Auxiliary ligand-directed synthesis of cadmium(ii) and zinc(ii) complexes from 1-D chains to 3-D architectures with 5-nitroisophthalate

Abstract

A series of cadmium(II) and zinc(II) metal–organic frameworks, [Cd(NIPH)(2-apy)(H₂O)·(H₂O)] (1), [Cd(NIPH)(4-apy)₂(H₂O)] (2), [Zn₂(NIPH)₂(μ₃-OH)(H₂O)·(2-Hapy)] (3), [Zn₅(NIPH)₄(μ₃-OH)₂(μ₂-OH)(H₂O)·(3-Hapy)] (4), and [Zn₅(NIPH)₄(μ₃-OH)₂(μ₂-OH)(H₂O)·(4-Hapy)·(H₂O)] (5), were synthesized by hydrothermal reactions of the corresponding Cd(II) and Zn(II) salts with 5-nitroisophthalic acid (H₂NIPH) in the presence of aminopyridine (apy) auxiliary ligands.
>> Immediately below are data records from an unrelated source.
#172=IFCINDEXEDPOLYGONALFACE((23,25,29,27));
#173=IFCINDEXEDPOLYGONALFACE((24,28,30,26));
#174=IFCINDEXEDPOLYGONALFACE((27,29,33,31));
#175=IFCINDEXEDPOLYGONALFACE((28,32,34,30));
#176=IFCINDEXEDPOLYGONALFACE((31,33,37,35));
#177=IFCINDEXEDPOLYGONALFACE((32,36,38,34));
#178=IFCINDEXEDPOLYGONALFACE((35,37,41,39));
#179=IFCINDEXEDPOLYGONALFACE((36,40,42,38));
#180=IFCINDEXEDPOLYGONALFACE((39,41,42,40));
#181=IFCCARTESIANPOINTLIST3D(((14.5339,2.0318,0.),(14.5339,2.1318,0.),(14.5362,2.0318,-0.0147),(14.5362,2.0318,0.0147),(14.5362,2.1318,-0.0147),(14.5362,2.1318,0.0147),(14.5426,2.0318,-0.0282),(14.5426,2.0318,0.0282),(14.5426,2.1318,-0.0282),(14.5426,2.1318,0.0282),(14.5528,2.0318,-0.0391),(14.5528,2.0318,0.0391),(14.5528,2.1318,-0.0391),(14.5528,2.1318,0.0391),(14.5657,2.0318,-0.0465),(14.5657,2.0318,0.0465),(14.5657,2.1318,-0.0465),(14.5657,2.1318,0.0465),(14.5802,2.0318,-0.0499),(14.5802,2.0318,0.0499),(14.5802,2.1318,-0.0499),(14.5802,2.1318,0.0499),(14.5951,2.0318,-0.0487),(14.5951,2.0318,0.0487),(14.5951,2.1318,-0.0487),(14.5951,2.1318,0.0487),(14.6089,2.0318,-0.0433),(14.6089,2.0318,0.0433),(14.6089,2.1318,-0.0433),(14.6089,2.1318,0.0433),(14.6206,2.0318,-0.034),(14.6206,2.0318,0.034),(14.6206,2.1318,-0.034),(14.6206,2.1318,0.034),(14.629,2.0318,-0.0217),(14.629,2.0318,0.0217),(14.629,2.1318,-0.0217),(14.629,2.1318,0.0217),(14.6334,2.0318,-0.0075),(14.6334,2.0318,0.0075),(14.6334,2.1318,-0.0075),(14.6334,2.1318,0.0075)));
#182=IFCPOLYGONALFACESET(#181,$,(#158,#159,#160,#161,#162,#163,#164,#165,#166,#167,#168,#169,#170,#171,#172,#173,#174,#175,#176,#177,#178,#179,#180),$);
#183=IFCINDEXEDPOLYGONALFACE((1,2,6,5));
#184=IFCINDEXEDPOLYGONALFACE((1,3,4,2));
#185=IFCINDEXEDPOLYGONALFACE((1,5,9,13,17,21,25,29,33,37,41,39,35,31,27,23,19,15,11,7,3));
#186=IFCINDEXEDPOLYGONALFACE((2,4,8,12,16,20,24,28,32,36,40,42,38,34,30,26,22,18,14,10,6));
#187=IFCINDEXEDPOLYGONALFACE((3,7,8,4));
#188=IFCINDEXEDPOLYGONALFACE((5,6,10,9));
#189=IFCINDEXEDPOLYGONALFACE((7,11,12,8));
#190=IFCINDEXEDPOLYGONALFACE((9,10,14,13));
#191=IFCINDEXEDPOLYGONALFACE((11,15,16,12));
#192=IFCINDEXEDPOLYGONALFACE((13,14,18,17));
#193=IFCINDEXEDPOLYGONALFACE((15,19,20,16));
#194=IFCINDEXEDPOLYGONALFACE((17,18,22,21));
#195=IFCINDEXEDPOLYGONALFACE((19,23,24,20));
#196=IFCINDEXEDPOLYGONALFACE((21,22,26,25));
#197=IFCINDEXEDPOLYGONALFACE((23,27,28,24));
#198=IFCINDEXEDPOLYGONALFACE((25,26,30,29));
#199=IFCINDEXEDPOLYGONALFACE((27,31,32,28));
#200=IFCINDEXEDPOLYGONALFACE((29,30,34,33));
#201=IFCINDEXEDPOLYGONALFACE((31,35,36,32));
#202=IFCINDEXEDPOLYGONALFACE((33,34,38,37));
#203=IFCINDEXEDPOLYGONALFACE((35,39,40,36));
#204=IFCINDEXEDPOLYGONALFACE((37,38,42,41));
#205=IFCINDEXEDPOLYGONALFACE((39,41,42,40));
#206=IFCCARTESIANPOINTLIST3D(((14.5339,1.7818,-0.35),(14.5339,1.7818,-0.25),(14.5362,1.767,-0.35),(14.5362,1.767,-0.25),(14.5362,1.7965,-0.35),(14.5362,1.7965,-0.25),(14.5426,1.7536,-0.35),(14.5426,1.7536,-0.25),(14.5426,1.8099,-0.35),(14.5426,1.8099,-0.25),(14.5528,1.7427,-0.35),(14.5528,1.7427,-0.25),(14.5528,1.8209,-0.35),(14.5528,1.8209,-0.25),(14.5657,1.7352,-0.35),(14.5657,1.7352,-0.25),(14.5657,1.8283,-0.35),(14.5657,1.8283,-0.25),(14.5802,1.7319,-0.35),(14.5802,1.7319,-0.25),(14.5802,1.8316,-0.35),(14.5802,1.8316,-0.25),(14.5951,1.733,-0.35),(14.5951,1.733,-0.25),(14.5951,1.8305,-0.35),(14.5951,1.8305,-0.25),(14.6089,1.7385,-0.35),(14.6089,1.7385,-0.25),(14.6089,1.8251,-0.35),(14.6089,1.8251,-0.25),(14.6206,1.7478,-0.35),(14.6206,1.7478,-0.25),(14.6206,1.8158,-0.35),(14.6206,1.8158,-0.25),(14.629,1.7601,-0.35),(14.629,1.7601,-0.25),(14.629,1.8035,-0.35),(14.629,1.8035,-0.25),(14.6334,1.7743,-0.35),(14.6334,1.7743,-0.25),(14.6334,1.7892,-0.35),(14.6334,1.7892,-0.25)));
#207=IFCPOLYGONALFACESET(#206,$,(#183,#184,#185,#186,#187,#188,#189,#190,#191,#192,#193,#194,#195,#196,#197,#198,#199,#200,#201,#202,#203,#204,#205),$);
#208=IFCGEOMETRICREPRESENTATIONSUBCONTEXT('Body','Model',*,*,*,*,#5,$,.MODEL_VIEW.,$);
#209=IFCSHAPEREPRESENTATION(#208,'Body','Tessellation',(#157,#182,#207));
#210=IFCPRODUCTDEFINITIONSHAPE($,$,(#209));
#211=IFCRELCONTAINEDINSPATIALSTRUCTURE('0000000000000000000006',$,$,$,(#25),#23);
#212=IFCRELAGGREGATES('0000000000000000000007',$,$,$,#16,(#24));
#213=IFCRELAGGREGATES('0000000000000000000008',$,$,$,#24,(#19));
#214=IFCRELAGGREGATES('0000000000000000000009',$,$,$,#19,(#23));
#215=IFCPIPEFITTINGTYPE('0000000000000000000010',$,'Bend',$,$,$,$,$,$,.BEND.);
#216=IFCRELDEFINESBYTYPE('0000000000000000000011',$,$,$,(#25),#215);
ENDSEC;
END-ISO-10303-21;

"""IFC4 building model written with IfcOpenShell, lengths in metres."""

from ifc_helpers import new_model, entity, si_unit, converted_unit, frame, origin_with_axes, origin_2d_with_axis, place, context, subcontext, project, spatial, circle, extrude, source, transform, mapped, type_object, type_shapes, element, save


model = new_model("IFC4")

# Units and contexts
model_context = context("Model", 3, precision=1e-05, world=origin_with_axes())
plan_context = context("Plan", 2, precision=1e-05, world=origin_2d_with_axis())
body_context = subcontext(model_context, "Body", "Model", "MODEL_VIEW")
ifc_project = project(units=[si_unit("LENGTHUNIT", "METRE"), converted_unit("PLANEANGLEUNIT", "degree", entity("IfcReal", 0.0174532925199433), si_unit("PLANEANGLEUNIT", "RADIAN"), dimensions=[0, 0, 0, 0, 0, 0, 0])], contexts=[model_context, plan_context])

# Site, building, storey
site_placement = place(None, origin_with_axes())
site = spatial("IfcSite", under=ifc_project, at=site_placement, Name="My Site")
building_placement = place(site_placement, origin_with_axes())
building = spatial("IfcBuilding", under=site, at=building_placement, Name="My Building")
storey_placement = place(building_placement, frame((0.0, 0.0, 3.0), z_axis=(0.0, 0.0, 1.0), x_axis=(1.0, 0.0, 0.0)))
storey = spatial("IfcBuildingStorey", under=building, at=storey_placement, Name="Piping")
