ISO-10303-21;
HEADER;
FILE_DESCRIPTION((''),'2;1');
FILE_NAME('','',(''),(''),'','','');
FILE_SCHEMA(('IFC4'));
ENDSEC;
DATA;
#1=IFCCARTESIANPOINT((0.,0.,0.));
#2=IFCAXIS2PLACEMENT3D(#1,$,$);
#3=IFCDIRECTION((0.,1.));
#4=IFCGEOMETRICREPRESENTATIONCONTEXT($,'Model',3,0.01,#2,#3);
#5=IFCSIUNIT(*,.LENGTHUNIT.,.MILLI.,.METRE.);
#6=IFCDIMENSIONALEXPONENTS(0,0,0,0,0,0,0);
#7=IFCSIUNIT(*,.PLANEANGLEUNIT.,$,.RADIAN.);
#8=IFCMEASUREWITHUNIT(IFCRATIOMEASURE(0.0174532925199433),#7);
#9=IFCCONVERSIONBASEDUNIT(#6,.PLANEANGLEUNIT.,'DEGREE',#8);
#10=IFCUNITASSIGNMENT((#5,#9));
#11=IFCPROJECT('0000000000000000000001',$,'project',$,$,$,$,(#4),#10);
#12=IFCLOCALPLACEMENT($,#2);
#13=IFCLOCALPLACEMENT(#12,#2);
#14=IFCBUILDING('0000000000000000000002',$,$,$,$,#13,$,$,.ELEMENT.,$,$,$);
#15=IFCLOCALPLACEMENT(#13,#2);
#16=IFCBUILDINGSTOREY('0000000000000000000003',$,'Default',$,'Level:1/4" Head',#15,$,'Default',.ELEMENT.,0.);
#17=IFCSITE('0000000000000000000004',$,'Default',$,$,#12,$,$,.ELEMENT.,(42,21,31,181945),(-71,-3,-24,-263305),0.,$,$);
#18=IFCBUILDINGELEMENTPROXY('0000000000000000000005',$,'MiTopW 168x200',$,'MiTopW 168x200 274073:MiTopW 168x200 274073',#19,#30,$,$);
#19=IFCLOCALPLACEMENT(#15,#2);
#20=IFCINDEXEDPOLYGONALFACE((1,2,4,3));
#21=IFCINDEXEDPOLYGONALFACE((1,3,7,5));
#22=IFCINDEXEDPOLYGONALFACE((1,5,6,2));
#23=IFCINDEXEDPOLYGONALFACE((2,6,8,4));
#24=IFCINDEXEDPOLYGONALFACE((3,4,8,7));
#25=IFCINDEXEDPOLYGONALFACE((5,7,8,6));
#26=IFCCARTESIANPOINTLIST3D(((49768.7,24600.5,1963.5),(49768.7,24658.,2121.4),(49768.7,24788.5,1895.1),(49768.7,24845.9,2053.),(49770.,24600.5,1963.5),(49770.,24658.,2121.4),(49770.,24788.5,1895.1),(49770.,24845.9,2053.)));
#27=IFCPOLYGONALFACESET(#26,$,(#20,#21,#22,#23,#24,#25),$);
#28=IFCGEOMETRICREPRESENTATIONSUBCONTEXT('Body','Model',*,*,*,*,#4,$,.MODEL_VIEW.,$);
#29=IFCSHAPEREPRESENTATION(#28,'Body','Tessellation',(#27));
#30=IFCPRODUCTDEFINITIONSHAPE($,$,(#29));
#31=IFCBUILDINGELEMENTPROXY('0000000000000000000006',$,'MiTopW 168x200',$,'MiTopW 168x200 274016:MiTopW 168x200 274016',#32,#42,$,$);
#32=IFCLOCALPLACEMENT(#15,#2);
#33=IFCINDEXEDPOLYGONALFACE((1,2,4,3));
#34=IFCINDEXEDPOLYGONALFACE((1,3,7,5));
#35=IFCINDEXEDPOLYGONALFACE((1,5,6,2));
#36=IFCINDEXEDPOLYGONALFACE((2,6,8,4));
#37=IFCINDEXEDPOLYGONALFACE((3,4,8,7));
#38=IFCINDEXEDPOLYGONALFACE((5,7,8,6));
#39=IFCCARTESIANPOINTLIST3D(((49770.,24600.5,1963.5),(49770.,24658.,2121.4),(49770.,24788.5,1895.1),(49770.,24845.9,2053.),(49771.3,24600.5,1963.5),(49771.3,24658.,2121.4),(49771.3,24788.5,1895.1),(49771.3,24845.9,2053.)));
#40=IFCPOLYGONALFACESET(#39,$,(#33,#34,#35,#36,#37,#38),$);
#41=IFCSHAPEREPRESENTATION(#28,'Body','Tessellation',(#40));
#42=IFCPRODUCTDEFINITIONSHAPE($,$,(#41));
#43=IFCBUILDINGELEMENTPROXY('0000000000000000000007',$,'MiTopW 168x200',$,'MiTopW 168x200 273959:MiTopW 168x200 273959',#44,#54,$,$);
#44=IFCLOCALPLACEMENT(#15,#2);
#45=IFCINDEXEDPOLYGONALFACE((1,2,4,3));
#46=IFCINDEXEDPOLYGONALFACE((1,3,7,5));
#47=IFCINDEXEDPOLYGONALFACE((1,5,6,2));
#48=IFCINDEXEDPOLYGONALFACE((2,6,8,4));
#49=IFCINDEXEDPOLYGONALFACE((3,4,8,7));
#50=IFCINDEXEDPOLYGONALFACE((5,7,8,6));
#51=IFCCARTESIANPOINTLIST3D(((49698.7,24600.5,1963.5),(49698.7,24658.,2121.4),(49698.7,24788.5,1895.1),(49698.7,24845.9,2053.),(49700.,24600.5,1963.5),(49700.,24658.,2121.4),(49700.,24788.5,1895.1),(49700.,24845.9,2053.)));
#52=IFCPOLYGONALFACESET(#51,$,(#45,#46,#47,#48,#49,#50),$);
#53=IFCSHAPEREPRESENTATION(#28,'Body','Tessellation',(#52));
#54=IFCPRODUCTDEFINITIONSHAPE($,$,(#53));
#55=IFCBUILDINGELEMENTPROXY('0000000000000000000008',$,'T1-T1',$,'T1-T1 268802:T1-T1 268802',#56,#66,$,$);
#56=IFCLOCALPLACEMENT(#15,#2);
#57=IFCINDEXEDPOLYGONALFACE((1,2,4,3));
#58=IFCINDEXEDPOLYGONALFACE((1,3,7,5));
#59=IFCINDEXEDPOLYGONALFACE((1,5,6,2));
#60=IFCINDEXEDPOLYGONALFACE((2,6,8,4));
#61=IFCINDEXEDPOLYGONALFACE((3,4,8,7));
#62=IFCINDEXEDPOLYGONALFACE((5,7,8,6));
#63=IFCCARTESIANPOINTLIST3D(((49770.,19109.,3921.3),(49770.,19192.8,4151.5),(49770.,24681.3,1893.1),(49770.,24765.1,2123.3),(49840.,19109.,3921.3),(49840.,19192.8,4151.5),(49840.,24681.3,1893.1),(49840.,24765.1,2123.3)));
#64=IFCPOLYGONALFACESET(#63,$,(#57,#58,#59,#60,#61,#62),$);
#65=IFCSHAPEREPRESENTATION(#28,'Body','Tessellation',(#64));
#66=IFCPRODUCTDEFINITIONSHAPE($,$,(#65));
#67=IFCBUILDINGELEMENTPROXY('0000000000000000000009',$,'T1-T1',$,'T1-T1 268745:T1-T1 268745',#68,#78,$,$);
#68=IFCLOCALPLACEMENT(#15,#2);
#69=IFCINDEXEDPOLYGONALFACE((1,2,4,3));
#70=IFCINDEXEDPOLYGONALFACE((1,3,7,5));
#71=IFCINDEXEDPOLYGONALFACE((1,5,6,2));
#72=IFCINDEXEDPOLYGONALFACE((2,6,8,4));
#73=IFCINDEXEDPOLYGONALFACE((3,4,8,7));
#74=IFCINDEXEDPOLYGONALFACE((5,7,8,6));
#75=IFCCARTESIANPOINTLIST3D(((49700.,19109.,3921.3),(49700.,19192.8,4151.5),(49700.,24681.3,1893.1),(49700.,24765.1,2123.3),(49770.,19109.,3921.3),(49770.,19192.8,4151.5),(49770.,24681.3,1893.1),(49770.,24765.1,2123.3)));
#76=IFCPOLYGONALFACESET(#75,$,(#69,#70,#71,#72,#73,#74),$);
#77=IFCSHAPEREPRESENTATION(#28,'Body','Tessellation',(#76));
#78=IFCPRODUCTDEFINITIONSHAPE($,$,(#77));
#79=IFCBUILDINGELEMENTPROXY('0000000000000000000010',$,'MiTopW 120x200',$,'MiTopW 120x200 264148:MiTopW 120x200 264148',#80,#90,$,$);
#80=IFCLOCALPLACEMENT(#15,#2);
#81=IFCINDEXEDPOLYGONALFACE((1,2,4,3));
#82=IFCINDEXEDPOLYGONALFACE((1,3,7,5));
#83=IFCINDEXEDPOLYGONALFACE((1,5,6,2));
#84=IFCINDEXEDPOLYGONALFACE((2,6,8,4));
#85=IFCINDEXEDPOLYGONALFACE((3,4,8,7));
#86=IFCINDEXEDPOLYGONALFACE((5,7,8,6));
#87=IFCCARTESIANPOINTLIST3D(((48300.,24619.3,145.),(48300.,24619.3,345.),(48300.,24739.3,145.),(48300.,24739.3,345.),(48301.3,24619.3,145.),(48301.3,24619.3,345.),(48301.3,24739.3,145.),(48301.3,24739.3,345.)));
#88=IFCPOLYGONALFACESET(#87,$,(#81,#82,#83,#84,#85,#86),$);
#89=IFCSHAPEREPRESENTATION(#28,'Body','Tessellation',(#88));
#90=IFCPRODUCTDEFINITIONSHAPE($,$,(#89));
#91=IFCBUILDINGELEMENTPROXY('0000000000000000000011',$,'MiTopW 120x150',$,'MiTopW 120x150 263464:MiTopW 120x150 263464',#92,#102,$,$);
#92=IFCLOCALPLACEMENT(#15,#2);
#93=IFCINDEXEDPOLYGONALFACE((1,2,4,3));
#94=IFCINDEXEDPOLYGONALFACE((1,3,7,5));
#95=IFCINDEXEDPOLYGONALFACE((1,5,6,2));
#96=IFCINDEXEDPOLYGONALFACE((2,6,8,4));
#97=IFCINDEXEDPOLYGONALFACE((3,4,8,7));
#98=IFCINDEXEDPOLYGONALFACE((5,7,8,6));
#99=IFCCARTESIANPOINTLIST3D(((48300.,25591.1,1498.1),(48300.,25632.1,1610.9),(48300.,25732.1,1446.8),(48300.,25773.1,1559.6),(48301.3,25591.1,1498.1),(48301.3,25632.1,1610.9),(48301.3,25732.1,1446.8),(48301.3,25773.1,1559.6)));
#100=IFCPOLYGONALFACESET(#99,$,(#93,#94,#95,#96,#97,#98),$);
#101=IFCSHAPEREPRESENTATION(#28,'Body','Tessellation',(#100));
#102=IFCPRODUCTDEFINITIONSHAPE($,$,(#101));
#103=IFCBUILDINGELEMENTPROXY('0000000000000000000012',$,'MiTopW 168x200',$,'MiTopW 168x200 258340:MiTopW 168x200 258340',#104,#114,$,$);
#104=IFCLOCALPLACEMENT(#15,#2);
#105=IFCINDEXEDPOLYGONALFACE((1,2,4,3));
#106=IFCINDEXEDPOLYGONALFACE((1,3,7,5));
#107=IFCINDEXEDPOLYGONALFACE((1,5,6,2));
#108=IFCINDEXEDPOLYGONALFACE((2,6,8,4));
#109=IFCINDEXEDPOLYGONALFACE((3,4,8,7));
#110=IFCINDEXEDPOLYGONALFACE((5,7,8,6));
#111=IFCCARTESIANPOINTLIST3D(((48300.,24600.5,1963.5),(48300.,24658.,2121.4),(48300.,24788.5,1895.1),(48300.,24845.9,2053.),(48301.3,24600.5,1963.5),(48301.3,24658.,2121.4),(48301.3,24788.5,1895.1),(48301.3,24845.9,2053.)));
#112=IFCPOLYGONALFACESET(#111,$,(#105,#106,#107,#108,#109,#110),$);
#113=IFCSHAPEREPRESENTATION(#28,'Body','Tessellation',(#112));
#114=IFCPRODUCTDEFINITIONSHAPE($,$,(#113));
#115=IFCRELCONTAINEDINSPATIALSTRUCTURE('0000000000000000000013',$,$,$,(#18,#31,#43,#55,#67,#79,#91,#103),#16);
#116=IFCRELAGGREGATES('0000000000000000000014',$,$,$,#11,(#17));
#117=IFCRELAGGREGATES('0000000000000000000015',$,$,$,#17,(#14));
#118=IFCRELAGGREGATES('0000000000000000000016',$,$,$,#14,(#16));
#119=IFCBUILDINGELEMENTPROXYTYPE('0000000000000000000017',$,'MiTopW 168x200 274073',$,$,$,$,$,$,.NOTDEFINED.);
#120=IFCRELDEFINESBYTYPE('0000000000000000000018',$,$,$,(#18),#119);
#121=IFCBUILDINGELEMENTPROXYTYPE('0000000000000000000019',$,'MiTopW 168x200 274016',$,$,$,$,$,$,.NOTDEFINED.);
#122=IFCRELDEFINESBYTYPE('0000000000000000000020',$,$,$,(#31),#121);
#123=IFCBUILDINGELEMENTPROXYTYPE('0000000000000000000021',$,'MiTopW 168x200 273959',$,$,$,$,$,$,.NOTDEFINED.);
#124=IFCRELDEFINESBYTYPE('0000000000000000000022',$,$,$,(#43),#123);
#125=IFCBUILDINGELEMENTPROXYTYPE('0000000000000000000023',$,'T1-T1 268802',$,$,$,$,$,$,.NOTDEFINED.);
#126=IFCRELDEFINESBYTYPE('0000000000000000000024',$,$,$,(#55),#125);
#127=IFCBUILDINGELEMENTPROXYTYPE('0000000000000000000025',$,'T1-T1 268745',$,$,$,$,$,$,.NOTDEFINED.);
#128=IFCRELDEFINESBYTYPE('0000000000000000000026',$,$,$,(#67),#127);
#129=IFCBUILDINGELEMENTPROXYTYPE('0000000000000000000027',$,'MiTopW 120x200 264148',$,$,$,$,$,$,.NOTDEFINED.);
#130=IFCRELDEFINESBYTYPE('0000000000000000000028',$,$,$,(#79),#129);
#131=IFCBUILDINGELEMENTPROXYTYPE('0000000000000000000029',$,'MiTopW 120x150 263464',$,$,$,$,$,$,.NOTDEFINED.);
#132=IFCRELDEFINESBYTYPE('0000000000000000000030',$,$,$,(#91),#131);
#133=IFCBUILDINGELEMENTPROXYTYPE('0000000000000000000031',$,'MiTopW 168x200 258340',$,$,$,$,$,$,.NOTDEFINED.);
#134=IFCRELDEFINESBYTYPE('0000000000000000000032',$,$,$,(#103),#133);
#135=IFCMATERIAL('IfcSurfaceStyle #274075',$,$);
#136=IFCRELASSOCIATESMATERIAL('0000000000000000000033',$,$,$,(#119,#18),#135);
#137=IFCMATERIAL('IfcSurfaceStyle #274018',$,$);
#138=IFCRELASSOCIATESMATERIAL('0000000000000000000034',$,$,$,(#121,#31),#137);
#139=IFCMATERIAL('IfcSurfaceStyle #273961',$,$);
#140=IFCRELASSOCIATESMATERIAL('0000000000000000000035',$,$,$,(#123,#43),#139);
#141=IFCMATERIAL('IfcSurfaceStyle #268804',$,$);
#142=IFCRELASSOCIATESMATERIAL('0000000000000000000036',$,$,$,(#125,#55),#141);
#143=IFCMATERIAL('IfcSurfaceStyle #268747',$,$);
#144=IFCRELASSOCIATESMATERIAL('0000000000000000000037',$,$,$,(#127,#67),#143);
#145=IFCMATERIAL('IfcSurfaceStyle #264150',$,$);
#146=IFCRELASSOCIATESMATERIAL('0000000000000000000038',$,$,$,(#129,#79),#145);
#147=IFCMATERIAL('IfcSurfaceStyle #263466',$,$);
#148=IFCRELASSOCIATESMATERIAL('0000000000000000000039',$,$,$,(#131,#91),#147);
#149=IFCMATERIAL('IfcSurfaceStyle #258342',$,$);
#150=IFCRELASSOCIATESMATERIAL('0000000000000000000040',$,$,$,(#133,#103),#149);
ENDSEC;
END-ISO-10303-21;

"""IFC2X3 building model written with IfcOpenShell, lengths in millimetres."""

from ifc_helpers import new_model, entity, si_unit, converted_unit, direction, frame, origin, origin_2d_with_axis, place, context, subcontext, project, spatial, polyline, rectangle, outline, extrude, source, transform, mapped, material, type_object, type_shapes, element, save


model = new_model("IFC2X3")

# Units and contexts
model_context = context("Model", 3, precision=0.01, world=origin(), true_north=direction((0.0, 1.0)))
body_context = subcontext(model_context, "Body", "Model", "MODEL_VIEW")
ifc_project = project(units=[si_unit("LENGTHUNIT", "METRE", prefix="MILLI"), converted_unit("PLANEANGLEUNIT", "DEGREE", entity("IfcRatioMeasure", 0.0174532925199433), si_unit("PLANEANGLEUNIT", "RADIAN"), dimensions=[0, 0, 0, 0, 0, 0, 0])], contexts=[model_context])

# Site, building, storey
site_placement = place(None, origin())
site = spatial("IfcSite", under=ifc_project, at=site_placement, Name="Default", CompositionType="ELEMENT", RefLatitude=(42, 21, 31, 181945), RefLongitude=(-71, -3, -24, -263305), RefElevation=0.0)
building_placement = place(site_placement, origin())
building = spatial("IfcBuilding", under=site, at=building_placement, CompositionType="ELEMENT")
storey_placement = place(building_placement, origin())
storey = spatial("IfcBuildingStorey", under=building, at=storey_placement, Name="Default", ObjectType="Level:1/4\" Head", LongName="Default", CompositionType="ELEMENT", Elevation=0.0)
These frameworks exhibit three typical structural features: 1 and 2 possess a 1-D double-stranded loop-like chain and a 1-D linear chain formed by [Cd₂N₂O₁₀] dinuclear building blocks and [CdN₂O₅] monoclear building blocks, respectively; 3 is a 2-D anionic framework consisting of [Zn₄O₁₆] tetranuclear building blocks; both 4 and 5 are 3-D anionic frameworks constructed by both [Zn₄O₁₆] tetranuclear and [Zn₆O₂₂] hexanuclear building blocks. The apy ligands participate in constructing frameworks of 1 and 2, but are protonated in the channels of 3–5 as charge-balancing and space-filing agents. The thermal stability, luminescent properties and ion-exchange behavior of the complexes were investigated.